Autre indice, plusieurs documents historiques (des cartes entre autres) montrent que pendant des décennies qui se comptent peut-être en siècles, on a utilisé l’appellation Cap de Bonne-Espérance comme une appellation générale qui désignait la colonie installée dans la Baie de la Table à partir de 1652 par les Hollandais (le premier administrateur colonial fût Jan van Riebeeck), et non pas seulement un cap qui aurait été bien défini et situé au sud de la péninsule, à plusieurs dizaines de kilomètres de distance de cette même colonie.

On a donc à l’évidence beaucoup mélangé les faits, les rôles et les choses dans cette affaire depuis des lustres, postérieurement au premier voyage de Bartolomeu Dias dans les parages, et le résultat, c’est que rien n’est moins certain ni moins contestable que le fait d’attribuer au Cap de Bonne-Espérance (Jean II du Portugal) d’aujourd’hui, alias le Cap des Tempêtes (de Bartolomeu Dias) la position géographique secondaire et sans grand intérêt pour les marins qu’il a de nos jours sur les cartes marines et sur les cartes touristiques de la province du Cap Occidental (Western Cape).

Cape Point, beaucoup plus évident, n’est-il pas un cap usurpateur de la véritable Histoire ?

Hé, Bartolomeu, toi seul pourrais me dire ce qu’il en est…


Photo 1 - Le Cap des Aiguilles.

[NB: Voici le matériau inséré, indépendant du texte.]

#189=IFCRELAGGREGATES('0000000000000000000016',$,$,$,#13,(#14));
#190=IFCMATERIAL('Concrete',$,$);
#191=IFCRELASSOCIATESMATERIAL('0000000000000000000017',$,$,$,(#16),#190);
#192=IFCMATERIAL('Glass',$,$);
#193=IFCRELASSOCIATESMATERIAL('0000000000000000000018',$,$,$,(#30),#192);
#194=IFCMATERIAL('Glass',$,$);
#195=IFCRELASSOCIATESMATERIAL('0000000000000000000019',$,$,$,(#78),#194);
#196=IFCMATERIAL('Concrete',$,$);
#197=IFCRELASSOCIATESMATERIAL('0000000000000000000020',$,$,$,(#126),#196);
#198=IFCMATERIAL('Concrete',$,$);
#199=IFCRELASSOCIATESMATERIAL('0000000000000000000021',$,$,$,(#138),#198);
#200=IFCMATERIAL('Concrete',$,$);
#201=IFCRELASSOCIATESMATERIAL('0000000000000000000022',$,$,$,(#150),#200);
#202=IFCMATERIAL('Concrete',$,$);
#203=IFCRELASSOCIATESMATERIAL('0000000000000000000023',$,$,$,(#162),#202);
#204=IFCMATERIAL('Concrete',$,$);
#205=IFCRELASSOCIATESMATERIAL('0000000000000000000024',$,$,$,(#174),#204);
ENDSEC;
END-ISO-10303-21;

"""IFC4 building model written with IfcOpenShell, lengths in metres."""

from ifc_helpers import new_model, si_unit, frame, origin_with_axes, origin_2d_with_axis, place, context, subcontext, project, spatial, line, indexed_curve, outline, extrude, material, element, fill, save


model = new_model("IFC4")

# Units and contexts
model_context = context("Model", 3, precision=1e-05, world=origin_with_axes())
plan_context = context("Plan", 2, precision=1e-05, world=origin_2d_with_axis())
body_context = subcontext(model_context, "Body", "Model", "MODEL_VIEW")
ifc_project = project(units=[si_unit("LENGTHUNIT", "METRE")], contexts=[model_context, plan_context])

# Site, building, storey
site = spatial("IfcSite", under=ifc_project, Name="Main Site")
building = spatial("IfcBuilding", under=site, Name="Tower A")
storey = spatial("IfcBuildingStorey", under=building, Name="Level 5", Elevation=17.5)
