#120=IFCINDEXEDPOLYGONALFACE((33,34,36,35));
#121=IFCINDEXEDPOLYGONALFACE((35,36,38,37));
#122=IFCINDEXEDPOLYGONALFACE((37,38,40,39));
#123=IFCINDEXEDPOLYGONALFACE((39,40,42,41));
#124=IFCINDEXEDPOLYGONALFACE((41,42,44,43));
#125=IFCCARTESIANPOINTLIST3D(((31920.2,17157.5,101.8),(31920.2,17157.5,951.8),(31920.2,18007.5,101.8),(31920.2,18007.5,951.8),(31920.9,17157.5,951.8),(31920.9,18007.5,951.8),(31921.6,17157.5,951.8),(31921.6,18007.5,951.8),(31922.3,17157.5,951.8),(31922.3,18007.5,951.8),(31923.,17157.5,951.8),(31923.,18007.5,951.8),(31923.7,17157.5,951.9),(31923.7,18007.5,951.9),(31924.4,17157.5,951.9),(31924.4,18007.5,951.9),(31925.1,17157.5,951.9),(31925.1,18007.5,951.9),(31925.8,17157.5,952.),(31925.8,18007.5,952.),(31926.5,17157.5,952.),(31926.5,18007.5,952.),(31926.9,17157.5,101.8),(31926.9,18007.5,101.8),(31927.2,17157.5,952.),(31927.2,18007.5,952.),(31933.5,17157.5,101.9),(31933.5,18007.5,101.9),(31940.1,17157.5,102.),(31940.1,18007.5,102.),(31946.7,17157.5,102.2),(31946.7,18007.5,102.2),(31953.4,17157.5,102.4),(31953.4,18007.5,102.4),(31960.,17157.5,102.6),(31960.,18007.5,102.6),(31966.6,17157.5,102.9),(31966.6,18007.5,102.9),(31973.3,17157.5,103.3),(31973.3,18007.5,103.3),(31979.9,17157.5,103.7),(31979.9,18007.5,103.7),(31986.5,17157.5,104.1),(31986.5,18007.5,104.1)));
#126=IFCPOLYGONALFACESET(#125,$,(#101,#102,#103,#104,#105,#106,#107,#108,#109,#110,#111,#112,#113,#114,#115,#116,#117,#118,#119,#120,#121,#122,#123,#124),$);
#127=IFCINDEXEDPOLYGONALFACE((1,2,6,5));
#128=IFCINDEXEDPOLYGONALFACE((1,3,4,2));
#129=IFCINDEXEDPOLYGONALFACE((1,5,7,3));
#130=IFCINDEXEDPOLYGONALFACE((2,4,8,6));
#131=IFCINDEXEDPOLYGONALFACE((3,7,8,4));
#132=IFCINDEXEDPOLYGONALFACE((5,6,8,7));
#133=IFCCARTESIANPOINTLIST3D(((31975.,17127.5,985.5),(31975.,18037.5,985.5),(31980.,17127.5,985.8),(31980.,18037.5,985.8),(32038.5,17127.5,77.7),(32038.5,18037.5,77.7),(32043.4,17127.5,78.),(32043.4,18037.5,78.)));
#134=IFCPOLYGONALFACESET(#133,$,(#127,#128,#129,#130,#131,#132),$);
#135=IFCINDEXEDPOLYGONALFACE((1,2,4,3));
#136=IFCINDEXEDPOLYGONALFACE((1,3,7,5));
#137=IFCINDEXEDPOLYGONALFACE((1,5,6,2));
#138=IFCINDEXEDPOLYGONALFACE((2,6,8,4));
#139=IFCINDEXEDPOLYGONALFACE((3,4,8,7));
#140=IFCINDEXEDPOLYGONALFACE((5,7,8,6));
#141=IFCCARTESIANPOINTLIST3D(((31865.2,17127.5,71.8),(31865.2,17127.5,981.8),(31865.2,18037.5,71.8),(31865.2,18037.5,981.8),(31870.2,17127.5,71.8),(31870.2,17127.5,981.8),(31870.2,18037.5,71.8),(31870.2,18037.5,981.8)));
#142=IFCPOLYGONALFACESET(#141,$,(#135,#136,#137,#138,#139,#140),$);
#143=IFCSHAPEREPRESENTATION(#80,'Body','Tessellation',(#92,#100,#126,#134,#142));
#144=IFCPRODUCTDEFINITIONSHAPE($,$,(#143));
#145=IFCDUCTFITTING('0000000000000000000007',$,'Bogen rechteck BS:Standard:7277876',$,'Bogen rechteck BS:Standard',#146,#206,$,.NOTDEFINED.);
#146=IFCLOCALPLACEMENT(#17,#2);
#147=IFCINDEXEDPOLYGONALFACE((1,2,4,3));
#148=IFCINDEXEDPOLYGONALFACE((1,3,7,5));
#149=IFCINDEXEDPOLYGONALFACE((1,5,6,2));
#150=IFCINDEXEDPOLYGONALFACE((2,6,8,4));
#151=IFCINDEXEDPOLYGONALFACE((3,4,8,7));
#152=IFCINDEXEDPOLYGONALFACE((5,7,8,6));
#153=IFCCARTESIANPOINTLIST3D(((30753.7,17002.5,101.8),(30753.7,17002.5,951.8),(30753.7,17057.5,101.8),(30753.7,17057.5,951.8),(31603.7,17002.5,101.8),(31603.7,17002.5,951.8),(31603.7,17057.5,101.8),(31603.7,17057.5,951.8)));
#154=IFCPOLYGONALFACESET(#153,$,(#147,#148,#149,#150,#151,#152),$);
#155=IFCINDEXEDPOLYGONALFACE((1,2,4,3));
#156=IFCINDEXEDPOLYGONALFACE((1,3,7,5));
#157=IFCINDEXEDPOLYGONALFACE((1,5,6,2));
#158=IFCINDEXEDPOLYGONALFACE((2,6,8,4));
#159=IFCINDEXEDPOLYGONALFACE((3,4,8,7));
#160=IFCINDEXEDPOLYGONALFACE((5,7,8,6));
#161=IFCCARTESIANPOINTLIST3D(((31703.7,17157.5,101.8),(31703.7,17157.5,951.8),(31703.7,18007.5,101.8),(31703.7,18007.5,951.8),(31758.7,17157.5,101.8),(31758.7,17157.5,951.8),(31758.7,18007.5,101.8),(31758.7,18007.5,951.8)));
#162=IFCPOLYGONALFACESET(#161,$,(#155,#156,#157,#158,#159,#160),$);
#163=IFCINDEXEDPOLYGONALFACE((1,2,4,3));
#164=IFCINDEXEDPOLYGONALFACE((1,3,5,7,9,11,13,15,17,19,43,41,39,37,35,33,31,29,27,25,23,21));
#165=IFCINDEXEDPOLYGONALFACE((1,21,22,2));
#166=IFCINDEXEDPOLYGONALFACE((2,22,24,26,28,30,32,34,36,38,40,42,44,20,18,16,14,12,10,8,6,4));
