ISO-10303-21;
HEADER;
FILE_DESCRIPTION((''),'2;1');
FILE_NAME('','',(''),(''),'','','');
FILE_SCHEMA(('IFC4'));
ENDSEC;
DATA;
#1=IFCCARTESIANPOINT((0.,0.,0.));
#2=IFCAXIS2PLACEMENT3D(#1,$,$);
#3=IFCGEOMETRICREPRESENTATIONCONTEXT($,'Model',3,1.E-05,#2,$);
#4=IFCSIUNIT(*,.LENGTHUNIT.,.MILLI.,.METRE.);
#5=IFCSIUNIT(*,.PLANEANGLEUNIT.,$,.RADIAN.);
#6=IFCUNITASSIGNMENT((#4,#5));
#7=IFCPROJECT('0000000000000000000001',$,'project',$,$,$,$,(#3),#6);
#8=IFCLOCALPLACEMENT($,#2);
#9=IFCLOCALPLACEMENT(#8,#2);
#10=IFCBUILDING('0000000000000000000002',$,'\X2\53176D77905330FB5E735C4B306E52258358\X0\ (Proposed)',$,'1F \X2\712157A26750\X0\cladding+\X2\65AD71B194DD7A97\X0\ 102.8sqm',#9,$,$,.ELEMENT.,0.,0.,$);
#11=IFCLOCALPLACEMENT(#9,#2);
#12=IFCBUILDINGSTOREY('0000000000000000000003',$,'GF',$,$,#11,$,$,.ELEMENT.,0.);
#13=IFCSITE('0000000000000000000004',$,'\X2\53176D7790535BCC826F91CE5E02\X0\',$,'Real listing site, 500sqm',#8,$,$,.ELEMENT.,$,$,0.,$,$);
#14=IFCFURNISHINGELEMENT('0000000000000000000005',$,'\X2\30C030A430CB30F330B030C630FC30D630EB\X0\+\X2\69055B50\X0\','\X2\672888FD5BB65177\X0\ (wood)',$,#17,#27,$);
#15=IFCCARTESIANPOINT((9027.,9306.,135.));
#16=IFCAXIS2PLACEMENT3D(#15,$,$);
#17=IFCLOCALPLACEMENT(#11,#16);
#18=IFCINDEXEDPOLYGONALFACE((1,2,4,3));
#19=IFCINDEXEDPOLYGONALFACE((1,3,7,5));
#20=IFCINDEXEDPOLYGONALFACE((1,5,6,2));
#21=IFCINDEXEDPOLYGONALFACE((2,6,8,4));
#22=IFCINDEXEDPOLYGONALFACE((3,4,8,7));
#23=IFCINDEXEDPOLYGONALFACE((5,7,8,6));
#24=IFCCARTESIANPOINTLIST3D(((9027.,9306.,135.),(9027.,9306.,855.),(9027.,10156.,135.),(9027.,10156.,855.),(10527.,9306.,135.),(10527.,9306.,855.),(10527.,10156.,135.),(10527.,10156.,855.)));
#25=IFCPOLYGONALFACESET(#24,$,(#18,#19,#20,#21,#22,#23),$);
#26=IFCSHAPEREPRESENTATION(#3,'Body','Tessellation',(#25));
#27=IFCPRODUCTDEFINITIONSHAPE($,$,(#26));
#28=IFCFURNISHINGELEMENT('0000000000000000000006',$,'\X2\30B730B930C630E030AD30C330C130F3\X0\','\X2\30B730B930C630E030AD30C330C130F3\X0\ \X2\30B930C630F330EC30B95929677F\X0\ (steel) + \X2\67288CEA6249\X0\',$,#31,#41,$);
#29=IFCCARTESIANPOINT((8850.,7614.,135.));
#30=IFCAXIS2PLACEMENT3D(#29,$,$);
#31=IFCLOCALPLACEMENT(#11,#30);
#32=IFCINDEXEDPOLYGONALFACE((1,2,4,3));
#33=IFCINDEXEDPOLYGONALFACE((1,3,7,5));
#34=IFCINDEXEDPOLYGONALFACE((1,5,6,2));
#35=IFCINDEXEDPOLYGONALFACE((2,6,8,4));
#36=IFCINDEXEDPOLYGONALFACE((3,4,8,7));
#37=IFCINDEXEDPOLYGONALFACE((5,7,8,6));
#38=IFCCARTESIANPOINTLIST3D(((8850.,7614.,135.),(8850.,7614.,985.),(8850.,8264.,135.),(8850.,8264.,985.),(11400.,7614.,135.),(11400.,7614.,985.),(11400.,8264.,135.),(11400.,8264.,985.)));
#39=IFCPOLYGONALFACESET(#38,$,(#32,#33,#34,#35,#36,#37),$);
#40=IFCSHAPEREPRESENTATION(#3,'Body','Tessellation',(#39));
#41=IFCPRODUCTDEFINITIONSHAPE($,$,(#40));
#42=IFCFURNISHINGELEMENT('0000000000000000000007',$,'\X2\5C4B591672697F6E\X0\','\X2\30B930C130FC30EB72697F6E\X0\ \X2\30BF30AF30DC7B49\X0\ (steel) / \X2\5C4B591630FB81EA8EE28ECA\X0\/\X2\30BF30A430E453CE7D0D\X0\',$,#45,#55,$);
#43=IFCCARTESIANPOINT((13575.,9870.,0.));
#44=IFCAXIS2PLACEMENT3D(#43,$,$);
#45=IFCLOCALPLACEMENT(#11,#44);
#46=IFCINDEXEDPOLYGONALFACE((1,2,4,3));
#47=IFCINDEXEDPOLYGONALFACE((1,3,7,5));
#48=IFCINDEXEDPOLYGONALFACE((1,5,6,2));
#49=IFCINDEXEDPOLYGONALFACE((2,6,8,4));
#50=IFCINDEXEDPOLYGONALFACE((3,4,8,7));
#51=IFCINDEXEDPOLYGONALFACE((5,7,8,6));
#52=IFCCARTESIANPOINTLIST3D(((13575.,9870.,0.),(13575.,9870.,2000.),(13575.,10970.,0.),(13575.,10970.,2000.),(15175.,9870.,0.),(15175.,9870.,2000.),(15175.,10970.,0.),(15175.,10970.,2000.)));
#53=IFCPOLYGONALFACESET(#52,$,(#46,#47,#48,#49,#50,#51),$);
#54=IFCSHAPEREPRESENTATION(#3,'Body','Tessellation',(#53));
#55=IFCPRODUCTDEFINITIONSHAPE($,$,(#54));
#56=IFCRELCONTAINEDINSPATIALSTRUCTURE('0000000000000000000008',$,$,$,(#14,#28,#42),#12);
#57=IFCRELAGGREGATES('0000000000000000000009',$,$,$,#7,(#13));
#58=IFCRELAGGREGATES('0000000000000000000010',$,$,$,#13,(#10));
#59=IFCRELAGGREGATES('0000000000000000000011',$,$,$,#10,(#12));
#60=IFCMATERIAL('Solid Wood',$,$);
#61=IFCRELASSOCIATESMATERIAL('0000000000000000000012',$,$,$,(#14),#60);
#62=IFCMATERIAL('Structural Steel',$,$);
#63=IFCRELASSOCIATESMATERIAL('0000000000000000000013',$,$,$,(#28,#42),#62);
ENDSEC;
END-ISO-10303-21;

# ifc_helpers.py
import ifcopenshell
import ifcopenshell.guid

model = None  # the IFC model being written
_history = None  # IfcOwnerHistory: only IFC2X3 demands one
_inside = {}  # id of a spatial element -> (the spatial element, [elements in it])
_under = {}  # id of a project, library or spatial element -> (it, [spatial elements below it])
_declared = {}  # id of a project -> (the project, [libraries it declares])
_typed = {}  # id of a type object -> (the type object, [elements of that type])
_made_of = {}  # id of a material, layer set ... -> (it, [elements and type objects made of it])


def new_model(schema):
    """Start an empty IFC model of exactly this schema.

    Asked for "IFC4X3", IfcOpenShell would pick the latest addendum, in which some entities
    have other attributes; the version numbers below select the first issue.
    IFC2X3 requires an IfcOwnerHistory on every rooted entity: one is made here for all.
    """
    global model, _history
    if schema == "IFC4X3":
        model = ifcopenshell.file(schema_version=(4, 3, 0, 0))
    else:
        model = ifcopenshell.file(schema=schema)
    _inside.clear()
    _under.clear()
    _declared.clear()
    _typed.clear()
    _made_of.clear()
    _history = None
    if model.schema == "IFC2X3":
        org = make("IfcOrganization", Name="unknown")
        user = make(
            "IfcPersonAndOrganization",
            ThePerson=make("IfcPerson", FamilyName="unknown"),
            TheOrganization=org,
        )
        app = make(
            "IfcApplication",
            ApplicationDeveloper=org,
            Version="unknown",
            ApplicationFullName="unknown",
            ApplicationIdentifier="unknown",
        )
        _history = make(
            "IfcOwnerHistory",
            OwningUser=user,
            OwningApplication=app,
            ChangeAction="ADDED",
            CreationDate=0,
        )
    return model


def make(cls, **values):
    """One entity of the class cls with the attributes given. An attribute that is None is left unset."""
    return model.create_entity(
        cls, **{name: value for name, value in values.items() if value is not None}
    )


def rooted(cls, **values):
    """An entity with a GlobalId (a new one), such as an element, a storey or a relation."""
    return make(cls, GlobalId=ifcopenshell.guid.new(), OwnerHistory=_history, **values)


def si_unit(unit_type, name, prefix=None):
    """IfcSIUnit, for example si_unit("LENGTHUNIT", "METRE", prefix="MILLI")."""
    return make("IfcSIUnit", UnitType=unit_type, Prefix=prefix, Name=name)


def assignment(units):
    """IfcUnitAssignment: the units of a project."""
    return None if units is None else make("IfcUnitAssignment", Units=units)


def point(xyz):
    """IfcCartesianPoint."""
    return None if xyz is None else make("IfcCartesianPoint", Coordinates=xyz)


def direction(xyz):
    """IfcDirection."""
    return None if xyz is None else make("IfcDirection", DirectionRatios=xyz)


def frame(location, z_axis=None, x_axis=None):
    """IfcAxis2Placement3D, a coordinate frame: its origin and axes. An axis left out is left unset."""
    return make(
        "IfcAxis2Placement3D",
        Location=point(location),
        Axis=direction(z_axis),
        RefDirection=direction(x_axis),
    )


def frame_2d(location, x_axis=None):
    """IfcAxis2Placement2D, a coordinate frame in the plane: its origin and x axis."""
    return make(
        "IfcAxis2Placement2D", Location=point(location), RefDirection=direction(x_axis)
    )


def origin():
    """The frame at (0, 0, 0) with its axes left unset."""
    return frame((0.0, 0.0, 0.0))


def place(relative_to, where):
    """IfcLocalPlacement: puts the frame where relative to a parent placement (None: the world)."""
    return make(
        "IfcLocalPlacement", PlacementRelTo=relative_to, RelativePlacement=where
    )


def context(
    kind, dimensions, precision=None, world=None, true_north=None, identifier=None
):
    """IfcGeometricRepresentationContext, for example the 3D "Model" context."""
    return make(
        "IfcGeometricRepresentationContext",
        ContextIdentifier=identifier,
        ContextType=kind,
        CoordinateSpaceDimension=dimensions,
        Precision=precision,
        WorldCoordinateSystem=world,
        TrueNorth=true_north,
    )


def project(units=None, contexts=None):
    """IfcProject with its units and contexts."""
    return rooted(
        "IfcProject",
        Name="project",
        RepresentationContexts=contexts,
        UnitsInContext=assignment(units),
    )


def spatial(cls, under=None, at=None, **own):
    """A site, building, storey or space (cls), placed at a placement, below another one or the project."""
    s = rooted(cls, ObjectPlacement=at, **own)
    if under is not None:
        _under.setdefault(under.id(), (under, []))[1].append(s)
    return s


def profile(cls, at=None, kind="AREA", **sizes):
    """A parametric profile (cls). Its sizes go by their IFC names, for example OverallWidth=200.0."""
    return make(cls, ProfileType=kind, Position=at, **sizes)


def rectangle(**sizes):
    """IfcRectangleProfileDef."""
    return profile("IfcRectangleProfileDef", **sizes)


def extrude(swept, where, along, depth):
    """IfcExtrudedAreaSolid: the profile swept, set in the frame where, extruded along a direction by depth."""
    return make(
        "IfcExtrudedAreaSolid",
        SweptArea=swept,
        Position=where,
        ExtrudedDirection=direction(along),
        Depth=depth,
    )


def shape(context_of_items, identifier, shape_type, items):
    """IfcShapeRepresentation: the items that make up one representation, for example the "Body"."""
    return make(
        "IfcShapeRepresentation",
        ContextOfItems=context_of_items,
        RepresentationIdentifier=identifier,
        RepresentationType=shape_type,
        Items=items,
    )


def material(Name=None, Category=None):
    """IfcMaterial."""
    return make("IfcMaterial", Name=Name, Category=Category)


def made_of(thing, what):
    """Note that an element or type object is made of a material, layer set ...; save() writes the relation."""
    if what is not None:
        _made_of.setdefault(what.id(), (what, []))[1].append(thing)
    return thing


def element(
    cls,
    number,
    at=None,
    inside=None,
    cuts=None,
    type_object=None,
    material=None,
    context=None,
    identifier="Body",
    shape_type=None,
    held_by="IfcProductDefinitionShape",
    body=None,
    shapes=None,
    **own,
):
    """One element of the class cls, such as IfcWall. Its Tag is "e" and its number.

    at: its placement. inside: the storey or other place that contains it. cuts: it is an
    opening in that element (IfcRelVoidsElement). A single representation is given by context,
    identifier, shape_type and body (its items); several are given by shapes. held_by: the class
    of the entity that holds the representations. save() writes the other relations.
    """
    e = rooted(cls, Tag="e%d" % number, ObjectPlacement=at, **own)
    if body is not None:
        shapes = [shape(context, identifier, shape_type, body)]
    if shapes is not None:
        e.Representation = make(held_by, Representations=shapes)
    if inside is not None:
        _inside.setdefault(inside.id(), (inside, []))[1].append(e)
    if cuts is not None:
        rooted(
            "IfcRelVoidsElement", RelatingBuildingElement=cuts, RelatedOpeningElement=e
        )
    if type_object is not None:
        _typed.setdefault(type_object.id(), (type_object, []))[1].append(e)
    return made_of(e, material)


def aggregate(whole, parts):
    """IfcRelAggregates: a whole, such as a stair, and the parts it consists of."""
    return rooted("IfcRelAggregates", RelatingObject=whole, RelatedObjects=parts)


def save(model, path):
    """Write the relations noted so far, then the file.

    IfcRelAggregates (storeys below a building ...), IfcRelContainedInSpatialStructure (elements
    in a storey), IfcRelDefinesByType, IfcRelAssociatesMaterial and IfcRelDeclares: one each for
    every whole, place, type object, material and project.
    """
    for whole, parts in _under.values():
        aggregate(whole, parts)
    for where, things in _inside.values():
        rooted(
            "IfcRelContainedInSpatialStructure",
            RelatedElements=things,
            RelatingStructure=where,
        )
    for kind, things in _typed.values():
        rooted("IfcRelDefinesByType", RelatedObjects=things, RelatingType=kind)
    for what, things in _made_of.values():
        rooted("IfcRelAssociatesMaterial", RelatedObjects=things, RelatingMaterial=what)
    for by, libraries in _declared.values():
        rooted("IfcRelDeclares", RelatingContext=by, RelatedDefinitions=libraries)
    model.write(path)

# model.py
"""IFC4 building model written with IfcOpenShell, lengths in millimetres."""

from ifc_helpers import new_model, si_unit, frame, frame_2d, origin, place, context, project, spatial, rectangle, extrude, material, element, save


model = new_model("IFC4")

# Units and contexts
model_context = context("Model", 3, precision=1e-05, world=origin())
ifc_project = project(units=[si_unit("LENGTHUNIT", "METRE", prefix="MILLI"), si_unit("PLANEANGLEUNIT", "RADIAN")], contexts=[model_context])

# Site, building, storey
site_placement = place(None, origin())
site = spatial("IfcSite", under=ifc_project, at=site_placement, Name="北海道富良野市", ObjectType="Real listing site, 500sqm", CompositionType="ELEMENT", RefElevation=0.0)
building_placement = place(site_placement, origin())
building = spatial("IfcBuilding", under=site, at=building_placement, Name="北海道・平屋の別荘 (Proposed)", ObjectType="1F 無垢材cladding+断熱铝窗 102.8sqm", CompositionType="ELEMENT", ElevationOfRefHeight=0.0, ElevationOfTerrain=0.0)
storey_placement = place(building_placement, origin())
storey = spatial("IfcBuildingStorey", under=building, at=storey_placement, Name="GF", CompositionType="ELEMENT", Elevation=0.0)

# Shared definitions
ifc_material_1 = material(Name="Solid Wood")

# Shared definitions
ifc_material_2 = material(Name="Structural Steel")

# Furnishing elements
furnishing_1_placement = place(storey_placement, frame((9027.0, 9306.0, 135.0)))
element("IfcFurnishingElement", 1, at=furnishing_1_placement, inside=storey, material=ifc_material_1, Name="ダイニングテーブル+椅子", Description="木製家具 (wood)", context=model_context, shape_type="SweptSolid", body=[
    extrude(rectangle(XDim=1500.0, YDim=850.0, at=frame_2d((750.0, 425.0))), frame((9027.0, 9306.0, 135.0)), (0.0, 0.0, 1.0), 720.0),
])
furnishing_2_placement = place(storey_placement, frame((8850.0, 7614.0, 135.0)))
element("IfcFurnishingElement", 2, at=furnishing_2_placement, inside=storey, material=ifc_material_2, Name="システムキッチン", Description="システムキッチン ステンレス天板 (steel) + 木質扉", context=model_context, shape_type="SweptSolid", body=[
    extrude(rectangle(XDim=2550.0, YDim=650.0, at=frame_2d((1275.0, 325.0))), frame((8850.0, 7614.0, 135.0)), (0.0, 0.0, 1.0), 850.0),
])
furnishing_3_placement = place(storey_placement, frame((13575.0, 9870.0, 0.0)))
element("IfcFurnishingElement", 3, at=furnishing_3_placement, inside=storey, material=ifc_material_2, Name="屋外物置", Description="スチール物置 タクボ等 (steel) / 屋外・自転車/タイヤ収納", context=model_context, shape_type="SweptSolid", body=[
    extrude(rectangle(XDim=1600.0, YDim=1100.0, at=frame_2d((800.0, 550.0))), frame((13575.0, 9870.0, 0.0)), (0.0, 0.0, 1.0), 2000.0),
])

save(model, "model.ifc")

Pour lui, au moins, c'est clair. C'est le point le plus sud du continent africain...

Photo 2 - Sur la péninsule du Cap, des antilopes (des autruches, et des babouins aussi)...

Photo 3 - Cape Point et ses deux phares, un vrai cap, et assez vraisemblablement, le Cap des Tempêtes de Bartolomeu Dias, en 1488...

Photo 4 - Le phare inférieur de Cape Point, un cap particulièrement remarquable depuis le large...

Photo 5 - Ma supposition, c'est que le Cape Point d'aujourd'hui serait peut-être le Cap des Tempêtes de Bartolomeu Dias...


Photo 6 - Et dans ce cas, Cape Point serait le Cap de Bonne-Espérance du roi Jean II du Portugal...


Photo 7 - Perché sur la haute falaise entre Cape Point et ce qu'on appelle  le Cap de Bonne-Espérance, je réfléchis,et je photographie...

Photo 8 - Le Cap de Bonne-Espérance d'aujourd'hui...

Photo 9 - ... un cap géographiquement très secondaire, sur lequel personne n'a songé à ériger un phare, tiens tiens...

Photo 10 - L'équipage de Jangada prend la pause devant la pancarte, mais notez que de là, le cap n'est même pas visible!